◆ **What you are asked to do**: Where the line with "END-ISO-10303-21;" appears below, start writing out lines exactly, and finish with the line with "0, 0])], contexts=[model_context])", which is included; write out nothing else.

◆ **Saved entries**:
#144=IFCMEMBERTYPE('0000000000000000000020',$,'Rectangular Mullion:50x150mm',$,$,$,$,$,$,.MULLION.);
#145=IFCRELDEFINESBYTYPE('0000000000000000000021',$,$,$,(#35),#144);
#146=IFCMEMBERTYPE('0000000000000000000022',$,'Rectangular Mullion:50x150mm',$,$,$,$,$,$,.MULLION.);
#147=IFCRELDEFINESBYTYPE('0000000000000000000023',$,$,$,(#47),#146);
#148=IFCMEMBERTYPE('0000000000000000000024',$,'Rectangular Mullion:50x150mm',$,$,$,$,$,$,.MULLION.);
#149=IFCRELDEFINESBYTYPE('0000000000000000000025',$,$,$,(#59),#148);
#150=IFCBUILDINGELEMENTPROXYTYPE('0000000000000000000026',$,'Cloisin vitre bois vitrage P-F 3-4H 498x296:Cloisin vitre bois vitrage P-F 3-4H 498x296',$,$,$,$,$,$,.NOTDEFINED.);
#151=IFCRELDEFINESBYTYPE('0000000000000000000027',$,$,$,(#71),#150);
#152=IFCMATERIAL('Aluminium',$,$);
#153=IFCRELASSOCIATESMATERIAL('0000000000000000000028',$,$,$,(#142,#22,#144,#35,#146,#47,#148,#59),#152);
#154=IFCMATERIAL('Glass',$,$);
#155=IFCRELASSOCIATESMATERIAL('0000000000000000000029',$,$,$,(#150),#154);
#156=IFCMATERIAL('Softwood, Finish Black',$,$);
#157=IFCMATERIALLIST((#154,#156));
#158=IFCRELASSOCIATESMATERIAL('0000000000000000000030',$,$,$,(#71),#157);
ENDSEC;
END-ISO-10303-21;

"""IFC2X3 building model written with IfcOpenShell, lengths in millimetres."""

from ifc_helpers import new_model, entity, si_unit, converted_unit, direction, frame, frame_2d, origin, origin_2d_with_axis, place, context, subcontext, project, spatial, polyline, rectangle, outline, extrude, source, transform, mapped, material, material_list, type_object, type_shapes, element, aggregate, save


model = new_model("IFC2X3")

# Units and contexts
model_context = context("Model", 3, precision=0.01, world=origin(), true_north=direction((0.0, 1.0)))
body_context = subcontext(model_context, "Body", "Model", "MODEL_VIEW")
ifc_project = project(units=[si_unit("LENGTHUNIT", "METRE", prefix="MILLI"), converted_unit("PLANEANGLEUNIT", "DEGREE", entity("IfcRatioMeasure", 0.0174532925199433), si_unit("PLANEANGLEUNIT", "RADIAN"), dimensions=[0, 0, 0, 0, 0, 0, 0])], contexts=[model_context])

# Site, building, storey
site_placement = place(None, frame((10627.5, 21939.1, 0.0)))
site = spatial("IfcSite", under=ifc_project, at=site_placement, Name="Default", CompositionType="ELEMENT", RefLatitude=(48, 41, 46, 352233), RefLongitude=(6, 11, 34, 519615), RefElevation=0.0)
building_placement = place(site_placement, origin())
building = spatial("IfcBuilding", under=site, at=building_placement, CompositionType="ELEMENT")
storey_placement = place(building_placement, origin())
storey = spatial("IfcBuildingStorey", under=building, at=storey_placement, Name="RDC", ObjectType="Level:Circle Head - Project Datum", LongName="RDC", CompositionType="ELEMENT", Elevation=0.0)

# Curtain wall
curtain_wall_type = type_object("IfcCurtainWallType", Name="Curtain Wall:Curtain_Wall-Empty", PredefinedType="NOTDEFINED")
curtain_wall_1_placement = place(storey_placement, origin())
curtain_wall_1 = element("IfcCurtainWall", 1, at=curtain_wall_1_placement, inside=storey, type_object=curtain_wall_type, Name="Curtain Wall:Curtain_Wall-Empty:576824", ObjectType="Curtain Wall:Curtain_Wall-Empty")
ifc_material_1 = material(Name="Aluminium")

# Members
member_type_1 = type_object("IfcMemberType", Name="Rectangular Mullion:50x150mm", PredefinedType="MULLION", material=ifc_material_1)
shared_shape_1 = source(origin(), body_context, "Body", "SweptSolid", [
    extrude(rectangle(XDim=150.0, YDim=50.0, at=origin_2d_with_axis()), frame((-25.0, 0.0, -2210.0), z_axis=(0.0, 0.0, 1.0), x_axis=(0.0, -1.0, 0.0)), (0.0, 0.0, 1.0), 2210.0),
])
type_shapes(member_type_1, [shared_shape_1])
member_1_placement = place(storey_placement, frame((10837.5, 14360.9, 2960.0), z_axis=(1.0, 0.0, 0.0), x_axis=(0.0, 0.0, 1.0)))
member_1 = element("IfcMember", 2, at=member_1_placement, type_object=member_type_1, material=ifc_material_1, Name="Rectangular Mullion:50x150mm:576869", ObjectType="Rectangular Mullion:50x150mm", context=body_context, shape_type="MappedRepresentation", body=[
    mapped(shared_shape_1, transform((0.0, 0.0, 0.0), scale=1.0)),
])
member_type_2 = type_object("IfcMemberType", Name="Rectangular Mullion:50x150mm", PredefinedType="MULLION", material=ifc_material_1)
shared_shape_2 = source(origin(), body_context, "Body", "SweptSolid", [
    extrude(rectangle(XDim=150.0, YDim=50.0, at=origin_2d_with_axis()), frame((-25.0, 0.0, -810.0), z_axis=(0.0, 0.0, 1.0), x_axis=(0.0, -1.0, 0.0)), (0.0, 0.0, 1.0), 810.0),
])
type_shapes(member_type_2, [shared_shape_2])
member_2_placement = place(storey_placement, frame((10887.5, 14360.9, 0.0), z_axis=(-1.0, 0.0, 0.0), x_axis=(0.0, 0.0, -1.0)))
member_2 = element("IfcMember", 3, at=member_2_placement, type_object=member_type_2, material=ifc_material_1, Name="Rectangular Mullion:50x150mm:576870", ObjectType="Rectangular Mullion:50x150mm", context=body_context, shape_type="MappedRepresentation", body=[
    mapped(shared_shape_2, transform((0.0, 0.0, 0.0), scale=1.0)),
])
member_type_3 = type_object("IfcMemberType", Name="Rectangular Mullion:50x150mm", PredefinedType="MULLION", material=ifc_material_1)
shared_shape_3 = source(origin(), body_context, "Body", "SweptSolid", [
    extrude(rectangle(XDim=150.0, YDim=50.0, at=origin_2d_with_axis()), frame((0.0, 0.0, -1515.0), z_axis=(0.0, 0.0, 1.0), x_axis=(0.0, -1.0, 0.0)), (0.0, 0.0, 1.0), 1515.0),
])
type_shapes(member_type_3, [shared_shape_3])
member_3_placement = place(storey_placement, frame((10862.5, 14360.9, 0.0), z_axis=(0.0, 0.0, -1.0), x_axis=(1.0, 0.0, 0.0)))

◆ **Result of the exercise**:
END-ISO-10303-21;

"""IFC2X3 building model written with IfcOpenShell, lengths in millimetres."""

from ifc_helpers import new_model, entity, si_unit, converted_unit, direction, frame, frame_2d, origin, origin_2d_with_axis, place, context, subcontext, project, spatial, polyline, rectangle, outline, extrude, source, transform, mapped, material, material_list, type_object, type_shapes, element, aggregate, save


model = new_model("IFC2X3")

# Units and contexts
model_context = context("Model", 3, precision=0.01, world=origin(), true_north=direction((0.0, 1.0)))
body_context = subcontext(model_context, "Body", "Model", "MODEL_VIEW")
ifc_project = project(units=[si_unit("LENGTHUNIT", "METRE", prefix="MILLI"), converted_unit("PLANEANGLEUNIT", "DEGREE", entity("IfcRatioMeasure", 0.0174532925199433), si_unit("PLANEANGLEUNIT", "RADIAN"), dimensions=[0, 0, 0, 0, 0, 0, 0])], contexts=[model_context])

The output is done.